October 12, 2020

This is one of my favorite weekends.

For a decade I have ventured north this time of year, to British Columbia. First for the fall foliage. Realizing it coincided with Canadian Thanksgiving accidentally. These days, it also coincides with Indigenous Peoples Day, a holiday reclaimed from Columbus to the true American people.

In my world, it’s like the kick off to everything I am SO thankful for. The color and sweetness of transition. Of travel. Of adventure. Of friends. Of family. Of many cultures co existing. Of amazing food 😉

I moved to Montana from Virginia in 2004. Where I was quickly immersed and welcomed into a brand new community. My guide- an amazing Indigenous women. Her family and friends quickly became mine. Virginia has a tendency, like much of America, to write “Indians” into historical archives. An inconvenient antagonist to the noble, white, civilized, Christian, harnessing of American ground, resources, and space. I thank any deity you believe in that we are reconstructing this narrative.

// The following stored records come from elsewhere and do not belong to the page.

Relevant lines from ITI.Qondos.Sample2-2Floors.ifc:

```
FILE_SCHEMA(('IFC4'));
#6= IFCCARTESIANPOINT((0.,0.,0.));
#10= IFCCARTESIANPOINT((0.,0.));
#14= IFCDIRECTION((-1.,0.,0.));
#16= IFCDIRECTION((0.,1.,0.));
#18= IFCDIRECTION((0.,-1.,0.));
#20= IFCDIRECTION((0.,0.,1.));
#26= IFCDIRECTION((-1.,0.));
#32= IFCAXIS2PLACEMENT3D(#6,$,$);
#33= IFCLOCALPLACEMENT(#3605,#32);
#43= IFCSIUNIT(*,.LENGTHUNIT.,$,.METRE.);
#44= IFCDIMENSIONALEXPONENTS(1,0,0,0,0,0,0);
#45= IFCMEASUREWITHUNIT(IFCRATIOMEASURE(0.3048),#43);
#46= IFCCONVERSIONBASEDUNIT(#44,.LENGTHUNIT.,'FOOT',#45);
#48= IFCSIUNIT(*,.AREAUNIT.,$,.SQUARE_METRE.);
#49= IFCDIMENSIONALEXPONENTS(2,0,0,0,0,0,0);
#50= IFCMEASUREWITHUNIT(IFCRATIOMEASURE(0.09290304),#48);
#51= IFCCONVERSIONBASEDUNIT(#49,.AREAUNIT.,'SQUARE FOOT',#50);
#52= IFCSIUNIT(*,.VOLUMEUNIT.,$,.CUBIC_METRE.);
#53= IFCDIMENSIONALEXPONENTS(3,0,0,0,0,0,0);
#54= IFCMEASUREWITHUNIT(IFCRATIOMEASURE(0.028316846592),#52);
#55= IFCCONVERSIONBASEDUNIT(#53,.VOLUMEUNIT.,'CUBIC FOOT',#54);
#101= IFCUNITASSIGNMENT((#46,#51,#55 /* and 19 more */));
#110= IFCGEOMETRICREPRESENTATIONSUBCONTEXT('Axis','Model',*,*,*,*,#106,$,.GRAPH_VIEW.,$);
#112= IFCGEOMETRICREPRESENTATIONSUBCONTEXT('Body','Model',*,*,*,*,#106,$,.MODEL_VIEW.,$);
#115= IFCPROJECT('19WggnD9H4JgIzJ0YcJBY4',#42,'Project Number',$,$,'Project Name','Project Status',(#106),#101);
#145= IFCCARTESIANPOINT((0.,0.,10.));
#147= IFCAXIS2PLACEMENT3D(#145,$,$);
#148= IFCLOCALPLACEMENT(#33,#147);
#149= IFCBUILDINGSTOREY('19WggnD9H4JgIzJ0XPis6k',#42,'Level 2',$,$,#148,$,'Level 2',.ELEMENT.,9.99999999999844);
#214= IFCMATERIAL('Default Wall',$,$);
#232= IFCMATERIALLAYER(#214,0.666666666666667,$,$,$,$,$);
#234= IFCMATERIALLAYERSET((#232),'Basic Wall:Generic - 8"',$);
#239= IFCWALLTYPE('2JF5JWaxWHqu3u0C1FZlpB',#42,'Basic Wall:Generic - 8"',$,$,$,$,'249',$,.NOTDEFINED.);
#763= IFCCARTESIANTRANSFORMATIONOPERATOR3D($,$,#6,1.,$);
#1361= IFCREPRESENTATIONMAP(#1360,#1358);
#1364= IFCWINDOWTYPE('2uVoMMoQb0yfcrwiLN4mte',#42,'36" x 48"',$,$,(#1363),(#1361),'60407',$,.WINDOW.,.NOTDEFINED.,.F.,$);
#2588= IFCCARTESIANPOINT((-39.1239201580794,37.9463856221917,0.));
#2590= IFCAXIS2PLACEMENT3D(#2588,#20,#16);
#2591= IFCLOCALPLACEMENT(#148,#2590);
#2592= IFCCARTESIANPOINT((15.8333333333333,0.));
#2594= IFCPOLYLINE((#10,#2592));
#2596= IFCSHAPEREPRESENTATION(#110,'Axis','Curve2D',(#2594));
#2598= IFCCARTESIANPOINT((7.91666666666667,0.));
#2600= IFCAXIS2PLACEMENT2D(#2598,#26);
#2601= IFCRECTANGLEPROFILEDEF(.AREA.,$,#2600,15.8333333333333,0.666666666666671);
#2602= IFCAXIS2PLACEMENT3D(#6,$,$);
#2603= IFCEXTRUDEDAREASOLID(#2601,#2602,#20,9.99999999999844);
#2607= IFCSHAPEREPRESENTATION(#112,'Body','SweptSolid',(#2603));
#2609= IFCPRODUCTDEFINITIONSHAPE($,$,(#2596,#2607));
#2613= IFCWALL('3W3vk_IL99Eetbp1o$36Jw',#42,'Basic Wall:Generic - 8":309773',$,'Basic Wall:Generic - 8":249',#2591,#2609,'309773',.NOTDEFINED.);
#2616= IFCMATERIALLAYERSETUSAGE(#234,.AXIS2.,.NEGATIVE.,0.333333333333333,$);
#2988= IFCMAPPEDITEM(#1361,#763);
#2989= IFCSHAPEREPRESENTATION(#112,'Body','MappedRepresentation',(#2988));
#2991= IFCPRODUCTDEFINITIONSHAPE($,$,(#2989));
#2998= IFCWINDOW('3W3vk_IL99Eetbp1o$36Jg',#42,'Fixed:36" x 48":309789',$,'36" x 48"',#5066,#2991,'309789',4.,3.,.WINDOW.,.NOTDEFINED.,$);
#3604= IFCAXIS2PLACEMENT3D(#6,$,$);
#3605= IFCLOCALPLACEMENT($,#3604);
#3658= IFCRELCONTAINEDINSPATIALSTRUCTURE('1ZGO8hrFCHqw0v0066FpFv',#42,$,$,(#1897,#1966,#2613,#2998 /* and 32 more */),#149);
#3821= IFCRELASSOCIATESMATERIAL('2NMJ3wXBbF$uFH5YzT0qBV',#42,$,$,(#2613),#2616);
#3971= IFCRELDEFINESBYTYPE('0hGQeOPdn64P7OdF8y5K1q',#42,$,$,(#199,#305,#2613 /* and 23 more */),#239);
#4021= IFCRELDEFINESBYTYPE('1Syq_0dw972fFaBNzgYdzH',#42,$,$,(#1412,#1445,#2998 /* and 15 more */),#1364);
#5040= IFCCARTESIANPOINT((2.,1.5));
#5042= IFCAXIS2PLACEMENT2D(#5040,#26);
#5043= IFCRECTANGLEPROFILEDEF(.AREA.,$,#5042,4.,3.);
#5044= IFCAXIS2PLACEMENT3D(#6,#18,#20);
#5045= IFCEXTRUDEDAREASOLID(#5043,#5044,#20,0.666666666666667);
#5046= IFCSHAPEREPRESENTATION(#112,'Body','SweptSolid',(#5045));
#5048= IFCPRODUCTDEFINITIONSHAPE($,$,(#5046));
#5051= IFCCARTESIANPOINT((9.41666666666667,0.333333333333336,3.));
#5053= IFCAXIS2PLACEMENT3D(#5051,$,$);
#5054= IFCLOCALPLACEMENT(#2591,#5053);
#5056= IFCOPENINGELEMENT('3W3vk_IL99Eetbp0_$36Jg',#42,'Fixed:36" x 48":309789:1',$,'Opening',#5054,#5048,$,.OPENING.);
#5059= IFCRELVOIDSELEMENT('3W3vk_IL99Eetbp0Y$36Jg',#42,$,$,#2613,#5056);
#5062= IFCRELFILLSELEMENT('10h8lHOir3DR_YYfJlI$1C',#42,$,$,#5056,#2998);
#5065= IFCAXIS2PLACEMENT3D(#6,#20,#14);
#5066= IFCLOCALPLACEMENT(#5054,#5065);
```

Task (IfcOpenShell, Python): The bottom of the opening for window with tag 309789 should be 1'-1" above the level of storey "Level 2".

```python
import numpy as np
import ifcopenshell
import ifcopenshell.api.geometry
import ifcopenshell.geom
import ifcopenshell.util.element
import ifcopenshell.util.placement
import ifcopenshell.util.shape
import ifcopenshell.util.unit

model = ifcopenshell.open("ITI.Qondos.Sample2-2Floors.ifc")
unit_scale = ifcopenshell.util.unit.calculate_unit_scale(model)

window = model.by_guid("3W3vk_IL99Eetbp1o$36Jg")
opening = window.FillsVoids[0].RelatingOpeningElement
storey = ifcopenshell.util.element.get_container(window, ifc_class="IfcBuildingStorey")
level = ifcopenshell.util.placement.get_local_placement(storey.ObjectPlacement)[2, 3]

# The opening's origin need not be at the sill, so measure its lowest point.
shape = ifcopenshell.geom.create_shape(ifcopenshell.geom.settings(), opening)
bottom = ifcopenshell.util.shape.get_shape_bottom_elevation(shape, shape.geometry) / unit_scale
dz = level + 13 * 0.0254 / unit_scale - bottom

shift = np.array([0.0, 0.0, dz])
# The window is placed relative to its opening, so it follows when the opening moves.
matrix = ifcopenshell.util.placement.get_local_placement(opening.ObjectPlacement)
matrix[:3, 3] += shift
ifcopenshell.api.geometry.edit_object_placement(
    model, product=opening, matrix=matrix, is_si=False, should_transform_children=True
)

print(f"moved by {dz * unit_scale:+.3f} m")

model.write("ITI.Qondos.Sample2-2Floors_updated.ifc")
```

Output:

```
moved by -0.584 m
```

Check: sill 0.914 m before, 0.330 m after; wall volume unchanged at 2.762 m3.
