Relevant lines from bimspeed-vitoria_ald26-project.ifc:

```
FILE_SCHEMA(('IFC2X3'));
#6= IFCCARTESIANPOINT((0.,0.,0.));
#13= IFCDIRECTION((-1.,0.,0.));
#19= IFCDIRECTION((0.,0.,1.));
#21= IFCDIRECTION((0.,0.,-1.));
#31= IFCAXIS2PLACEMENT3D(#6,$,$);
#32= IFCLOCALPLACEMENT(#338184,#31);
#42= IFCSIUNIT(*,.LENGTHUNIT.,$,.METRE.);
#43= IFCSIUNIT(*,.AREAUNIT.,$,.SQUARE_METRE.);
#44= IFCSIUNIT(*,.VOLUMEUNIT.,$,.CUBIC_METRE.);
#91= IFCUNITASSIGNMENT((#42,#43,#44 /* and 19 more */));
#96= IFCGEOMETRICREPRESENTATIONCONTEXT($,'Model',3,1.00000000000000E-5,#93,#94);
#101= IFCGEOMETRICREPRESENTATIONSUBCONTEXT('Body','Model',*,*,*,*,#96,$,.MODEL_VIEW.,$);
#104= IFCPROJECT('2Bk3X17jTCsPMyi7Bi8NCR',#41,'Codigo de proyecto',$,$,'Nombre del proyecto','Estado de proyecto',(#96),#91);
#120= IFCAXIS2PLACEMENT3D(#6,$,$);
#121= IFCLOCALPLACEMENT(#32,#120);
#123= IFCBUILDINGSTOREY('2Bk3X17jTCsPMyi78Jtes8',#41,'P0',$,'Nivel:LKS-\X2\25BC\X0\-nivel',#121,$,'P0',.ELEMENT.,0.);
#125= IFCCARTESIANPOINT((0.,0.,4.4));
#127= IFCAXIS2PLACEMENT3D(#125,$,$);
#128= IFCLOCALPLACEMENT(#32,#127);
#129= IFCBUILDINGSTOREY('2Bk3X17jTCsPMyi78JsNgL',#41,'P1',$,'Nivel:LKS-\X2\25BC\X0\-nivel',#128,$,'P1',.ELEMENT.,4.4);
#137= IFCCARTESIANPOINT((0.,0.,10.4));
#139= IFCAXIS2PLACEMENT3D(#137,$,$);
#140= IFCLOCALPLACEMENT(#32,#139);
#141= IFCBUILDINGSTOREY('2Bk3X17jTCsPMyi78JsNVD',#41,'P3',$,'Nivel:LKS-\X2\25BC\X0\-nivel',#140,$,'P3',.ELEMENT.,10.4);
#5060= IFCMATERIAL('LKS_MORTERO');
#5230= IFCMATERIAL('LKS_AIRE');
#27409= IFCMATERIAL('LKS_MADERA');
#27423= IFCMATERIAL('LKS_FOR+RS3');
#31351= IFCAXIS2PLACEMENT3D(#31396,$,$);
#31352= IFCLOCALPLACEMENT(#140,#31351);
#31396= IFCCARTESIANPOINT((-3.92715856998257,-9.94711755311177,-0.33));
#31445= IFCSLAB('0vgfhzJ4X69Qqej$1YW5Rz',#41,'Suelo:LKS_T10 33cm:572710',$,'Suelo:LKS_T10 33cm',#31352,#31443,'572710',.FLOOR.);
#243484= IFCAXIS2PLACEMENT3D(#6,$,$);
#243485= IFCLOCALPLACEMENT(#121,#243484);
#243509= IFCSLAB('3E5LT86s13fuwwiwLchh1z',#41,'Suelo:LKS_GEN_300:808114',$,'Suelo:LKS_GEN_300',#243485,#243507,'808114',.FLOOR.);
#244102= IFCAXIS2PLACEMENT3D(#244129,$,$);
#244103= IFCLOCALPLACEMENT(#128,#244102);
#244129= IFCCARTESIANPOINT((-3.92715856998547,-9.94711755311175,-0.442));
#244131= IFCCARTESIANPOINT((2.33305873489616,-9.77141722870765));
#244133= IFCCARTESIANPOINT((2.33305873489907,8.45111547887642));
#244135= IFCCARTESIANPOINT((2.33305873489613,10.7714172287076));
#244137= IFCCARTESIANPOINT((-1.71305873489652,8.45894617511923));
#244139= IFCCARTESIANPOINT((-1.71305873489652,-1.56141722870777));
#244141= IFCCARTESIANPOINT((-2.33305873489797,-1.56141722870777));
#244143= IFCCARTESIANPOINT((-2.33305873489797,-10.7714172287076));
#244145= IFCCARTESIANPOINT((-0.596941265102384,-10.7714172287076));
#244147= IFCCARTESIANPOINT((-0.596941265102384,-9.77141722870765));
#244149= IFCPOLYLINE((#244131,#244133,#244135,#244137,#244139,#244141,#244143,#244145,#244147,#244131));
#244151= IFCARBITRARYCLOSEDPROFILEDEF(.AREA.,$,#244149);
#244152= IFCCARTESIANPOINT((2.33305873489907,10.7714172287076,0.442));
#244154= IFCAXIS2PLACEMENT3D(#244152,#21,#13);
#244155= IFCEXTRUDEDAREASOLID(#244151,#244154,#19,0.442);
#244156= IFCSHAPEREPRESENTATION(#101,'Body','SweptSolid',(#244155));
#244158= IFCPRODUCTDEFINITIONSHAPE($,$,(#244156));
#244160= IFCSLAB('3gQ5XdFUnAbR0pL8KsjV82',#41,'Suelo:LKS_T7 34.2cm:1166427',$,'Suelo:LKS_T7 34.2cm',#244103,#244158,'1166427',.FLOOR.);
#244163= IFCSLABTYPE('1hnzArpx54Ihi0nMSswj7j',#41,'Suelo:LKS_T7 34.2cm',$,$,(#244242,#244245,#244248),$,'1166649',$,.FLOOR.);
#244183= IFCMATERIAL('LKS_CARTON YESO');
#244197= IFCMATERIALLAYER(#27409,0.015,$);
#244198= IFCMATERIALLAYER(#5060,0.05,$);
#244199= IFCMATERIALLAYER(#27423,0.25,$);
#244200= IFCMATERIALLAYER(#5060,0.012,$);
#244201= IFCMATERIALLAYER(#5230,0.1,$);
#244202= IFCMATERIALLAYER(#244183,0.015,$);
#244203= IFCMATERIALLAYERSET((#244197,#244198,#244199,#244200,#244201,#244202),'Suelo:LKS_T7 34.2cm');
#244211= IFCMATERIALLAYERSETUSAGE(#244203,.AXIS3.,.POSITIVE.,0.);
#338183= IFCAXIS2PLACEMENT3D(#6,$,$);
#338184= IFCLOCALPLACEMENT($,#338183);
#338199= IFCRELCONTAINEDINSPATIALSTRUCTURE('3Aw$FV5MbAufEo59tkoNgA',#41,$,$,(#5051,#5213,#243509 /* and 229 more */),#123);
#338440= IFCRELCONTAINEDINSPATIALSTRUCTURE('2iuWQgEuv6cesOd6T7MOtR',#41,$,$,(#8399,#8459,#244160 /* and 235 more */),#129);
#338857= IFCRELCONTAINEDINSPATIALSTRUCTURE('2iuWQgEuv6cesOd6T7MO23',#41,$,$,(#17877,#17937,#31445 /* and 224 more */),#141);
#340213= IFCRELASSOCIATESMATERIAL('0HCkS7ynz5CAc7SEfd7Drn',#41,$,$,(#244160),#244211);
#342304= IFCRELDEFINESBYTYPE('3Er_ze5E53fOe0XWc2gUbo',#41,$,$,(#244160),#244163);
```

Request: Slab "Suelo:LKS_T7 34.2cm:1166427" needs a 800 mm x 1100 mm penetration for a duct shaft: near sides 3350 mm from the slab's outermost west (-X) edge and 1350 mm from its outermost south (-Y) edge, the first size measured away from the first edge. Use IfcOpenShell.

```python
import numpy as np
import ifcopenshell
import ifcopenshell.api.feature
import ifcopenshell.api.geometry
import ifcopenshell.api.root
import ifcopenshell.geom
import ifcopenshell.util.placement
import ifcopenshell.util.representation
import ifcopenshell.util.shape
import ifcopenshell.util.unit

model = ifcopenshell.open("bimspeed-vitoria_ald26-project.ifc")
unit_scale = ifcopenshell.util.unit.calculate_unit_scale(model)
settings = ifcopenshell.geom.settings()


def volume(element):
    """Net volume in cubic metres, openings subtracted."""
    shape = ifcopenshell.geom.create_shape(settings, element)
    return ifcopenshell.util.shape.get_volume(shape.geometry)


slab = model.by_guid("3gQ5XdFUnAbR0pL8KsjV82")
before = volume(slab)

# Extent in the slab's own axes, in metres. The edges named are its -X and -Y sides.
slab_shape = ifcopenshell.geom.create_shape(settings, slab)
vertices = ifcopenshell.util.shape.get_vertices(slab_shape.geometry)
x_min, y_min, bottom = vertices.min(axis=0)
top = vertices[:, 2].max()

opening = ifcopenshell.api.root.create_entity(model, ifc_class="IfcOpeningElement", name="Duct shaft opening")
context = ifcopenshell.util.representation.get_context(model, "Model", "Body", "MODEL_VIEW")
width, depth = 0.8, 1.1
outline = [(0.0, 0.0), (width, 0.0), (width, depth), (0.0, depth), (0.0, 0.0)]
# Overshoot both faces by 50 mm so the cut is clean.
shape = ifcopenshell.api.geometry.add_slab_representation(
    model, context=context, depth=top - bottom + 0.1, polyline=outline
)
ifcopenshell.api.geometry.assign_representation(model, product=opening, representation=shape)

matrix = ifcopenshell.util.placement.get_local_placement(slab.ObjectPlacement)
matrix[:, 3] = matrix @ np.append(np.array([x_min + 3.35, y_min + 1.35, bottom - 0.05]) / unit_scale, 1.0)
ifcopenshell.api.geometry.edit_object_placement(model, product=opening, matrix=matrix, is_si=False)
ifcopenshell.api.feature.add_feature(model, feature=opening, element=slab)

after = volume(slab)

print(f"slab volume {before:.3f} -> {after:.3f} m3")

model.write("bimspeed-vitoria_ald26-project_v2.ifc")
```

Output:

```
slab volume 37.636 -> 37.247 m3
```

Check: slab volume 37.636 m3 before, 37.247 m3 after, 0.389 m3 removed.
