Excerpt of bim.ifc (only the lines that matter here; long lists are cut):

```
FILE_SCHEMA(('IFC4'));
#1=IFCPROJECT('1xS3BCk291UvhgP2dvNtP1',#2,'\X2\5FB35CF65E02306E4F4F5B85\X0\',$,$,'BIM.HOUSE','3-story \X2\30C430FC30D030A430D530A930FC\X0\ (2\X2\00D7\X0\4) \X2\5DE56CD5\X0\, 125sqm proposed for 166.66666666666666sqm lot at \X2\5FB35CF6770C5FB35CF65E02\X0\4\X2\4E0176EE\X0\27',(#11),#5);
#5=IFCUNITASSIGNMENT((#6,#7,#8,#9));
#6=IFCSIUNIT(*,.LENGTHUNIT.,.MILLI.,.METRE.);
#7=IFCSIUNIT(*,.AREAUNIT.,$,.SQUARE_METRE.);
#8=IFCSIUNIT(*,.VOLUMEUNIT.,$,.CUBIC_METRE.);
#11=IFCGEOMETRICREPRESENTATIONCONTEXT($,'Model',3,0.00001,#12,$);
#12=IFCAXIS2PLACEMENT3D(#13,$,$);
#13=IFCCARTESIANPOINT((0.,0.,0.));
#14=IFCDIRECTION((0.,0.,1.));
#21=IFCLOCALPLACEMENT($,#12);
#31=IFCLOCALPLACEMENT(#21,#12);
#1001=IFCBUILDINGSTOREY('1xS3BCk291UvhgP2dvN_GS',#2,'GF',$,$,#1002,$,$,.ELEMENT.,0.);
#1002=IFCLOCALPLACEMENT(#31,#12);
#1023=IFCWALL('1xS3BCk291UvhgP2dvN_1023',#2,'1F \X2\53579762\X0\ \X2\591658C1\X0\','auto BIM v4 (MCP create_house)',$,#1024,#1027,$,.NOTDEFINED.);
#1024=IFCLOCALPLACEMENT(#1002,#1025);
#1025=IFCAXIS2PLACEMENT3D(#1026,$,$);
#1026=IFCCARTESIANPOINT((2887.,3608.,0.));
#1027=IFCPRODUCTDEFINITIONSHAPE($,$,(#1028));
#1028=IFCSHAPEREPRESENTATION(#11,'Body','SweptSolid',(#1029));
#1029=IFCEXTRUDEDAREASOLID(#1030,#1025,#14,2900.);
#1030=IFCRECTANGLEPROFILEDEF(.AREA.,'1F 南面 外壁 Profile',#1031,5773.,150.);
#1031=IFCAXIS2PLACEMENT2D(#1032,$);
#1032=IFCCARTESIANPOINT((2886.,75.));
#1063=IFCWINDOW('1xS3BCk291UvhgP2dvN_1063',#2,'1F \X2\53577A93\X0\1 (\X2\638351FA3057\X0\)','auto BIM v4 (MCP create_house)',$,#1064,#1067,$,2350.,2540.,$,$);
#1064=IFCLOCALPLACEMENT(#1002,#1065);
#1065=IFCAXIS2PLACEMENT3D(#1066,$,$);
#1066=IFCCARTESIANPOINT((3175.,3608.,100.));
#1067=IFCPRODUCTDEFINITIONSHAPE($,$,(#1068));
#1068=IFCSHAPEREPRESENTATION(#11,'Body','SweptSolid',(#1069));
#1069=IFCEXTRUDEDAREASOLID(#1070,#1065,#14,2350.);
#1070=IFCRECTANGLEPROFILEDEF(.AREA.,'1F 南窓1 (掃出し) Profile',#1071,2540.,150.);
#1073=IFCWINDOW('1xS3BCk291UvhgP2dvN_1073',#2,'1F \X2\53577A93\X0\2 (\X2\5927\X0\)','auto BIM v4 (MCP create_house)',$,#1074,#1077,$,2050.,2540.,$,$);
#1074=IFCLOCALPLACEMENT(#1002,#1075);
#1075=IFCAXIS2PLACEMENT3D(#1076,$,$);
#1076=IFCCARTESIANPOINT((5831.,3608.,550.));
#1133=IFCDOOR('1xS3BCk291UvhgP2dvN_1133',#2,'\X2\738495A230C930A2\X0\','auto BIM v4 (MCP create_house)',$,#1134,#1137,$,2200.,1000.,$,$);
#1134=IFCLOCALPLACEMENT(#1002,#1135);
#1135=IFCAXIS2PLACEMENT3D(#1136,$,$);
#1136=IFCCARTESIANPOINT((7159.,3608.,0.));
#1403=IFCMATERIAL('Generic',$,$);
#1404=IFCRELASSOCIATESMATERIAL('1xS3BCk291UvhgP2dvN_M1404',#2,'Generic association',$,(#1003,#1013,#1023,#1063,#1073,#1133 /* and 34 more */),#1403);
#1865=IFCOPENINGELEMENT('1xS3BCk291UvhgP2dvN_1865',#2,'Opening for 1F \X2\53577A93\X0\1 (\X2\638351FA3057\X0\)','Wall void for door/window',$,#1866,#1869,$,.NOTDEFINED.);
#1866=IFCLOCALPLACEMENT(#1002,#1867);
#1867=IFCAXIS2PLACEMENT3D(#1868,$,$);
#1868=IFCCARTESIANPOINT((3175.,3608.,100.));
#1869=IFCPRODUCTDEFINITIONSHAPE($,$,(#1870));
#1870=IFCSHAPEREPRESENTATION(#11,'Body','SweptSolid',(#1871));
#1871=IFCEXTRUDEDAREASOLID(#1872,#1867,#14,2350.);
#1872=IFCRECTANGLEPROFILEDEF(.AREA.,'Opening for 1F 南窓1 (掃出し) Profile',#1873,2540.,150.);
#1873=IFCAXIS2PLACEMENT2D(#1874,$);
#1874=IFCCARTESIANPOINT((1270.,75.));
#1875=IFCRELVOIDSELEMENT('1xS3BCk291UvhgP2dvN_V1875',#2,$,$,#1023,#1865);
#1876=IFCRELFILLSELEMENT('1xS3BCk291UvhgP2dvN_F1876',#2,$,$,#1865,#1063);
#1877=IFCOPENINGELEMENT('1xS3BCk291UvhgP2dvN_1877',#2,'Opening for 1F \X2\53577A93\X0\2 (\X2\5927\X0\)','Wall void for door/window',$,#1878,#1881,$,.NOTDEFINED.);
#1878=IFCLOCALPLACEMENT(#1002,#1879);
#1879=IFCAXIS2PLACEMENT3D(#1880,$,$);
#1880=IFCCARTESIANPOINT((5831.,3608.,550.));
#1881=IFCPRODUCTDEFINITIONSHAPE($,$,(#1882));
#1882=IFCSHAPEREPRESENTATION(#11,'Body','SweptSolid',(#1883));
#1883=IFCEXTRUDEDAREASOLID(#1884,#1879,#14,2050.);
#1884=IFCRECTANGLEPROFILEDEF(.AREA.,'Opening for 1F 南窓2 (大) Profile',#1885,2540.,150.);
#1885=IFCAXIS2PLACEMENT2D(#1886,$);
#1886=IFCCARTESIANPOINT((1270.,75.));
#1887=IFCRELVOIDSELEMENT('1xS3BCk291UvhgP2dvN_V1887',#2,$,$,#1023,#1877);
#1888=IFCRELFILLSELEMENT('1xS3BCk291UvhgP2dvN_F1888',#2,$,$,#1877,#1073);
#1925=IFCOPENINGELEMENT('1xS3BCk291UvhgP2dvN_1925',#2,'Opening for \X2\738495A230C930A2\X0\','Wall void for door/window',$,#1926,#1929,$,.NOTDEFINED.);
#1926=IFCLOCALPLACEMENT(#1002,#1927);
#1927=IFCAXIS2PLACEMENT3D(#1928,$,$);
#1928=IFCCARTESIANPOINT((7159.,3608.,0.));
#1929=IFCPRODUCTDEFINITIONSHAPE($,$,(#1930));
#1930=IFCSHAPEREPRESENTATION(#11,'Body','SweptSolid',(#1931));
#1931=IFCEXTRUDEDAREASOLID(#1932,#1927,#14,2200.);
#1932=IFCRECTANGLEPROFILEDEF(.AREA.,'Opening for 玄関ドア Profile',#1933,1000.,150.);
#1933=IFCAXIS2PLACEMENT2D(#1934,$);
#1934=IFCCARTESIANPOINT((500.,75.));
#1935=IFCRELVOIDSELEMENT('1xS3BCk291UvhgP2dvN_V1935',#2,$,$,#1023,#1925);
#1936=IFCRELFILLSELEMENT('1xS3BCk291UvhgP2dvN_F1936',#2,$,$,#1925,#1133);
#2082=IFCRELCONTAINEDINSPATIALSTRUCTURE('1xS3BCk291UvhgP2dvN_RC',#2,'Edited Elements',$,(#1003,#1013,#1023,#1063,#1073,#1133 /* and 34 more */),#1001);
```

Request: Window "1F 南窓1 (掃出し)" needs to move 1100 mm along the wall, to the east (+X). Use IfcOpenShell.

```python
import ifcopenshell
import ifcopenshell.api.geometry
import ifcopenshell.util.placement
import ifcopenshell.util.unit

model = ifcopenshell.open("bim.ifc")
unit_scale = ifcopenshell.util.unit.calculate_unit_scale(model)

window = model.by_id(1063)
opening = window.FillsVoids[0].RelatingOpeningElement
wall = opening.VoidsElements[0].RelatingBuildingElement

wall_matrix = ifcopenshell.util.placement.get_local_placement(wall.ObjectPlacement)
shift = wall_matrix[:3, 0] * 1.1 / unit_scale
before = ifcopenshell.util.placement.get_local_placement(window.ObjectPlacement)[:3, 3].copy()

# The window is not placed relative to its opening, so move both.
for product in (opening, window):
    matrix = ifcopenshell.util.placement.get_local_placement(product.ObjectPlacement)
    matrix[:3, 3] += shift
    ifcopenshell.api.geometry.edit_object_placement(model, product=product, matrix=matrix, is_si=False)

after = ifcopenshell.util.placement.get_local_placement(window.ObjectPlacement)[:3, 3]
print("window moved by", (after - before).round(3) + 0.0)

model.write("bim_rev.ifc")
```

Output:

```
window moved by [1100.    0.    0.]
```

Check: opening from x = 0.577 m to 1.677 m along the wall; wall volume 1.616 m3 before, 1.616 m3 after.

As I sit nested, in my native Virginia, watching the rain, and green foliage hinting towards the autumn that’s full color up north, I am reflecting on gratitude and authentic traditions. On multi-faceted stories, people, places, lives.

My tapestry of love and life are brilliantly colored by Montanans, Canadians, Virginians, and more. The space and seasons in between. Of course, I feel homesick for the north country and my sweet traditions and my sweet chosen family there. Immersed in Appalachia, seasoned by this multi faceted mosaic, I am most of all- Thankful.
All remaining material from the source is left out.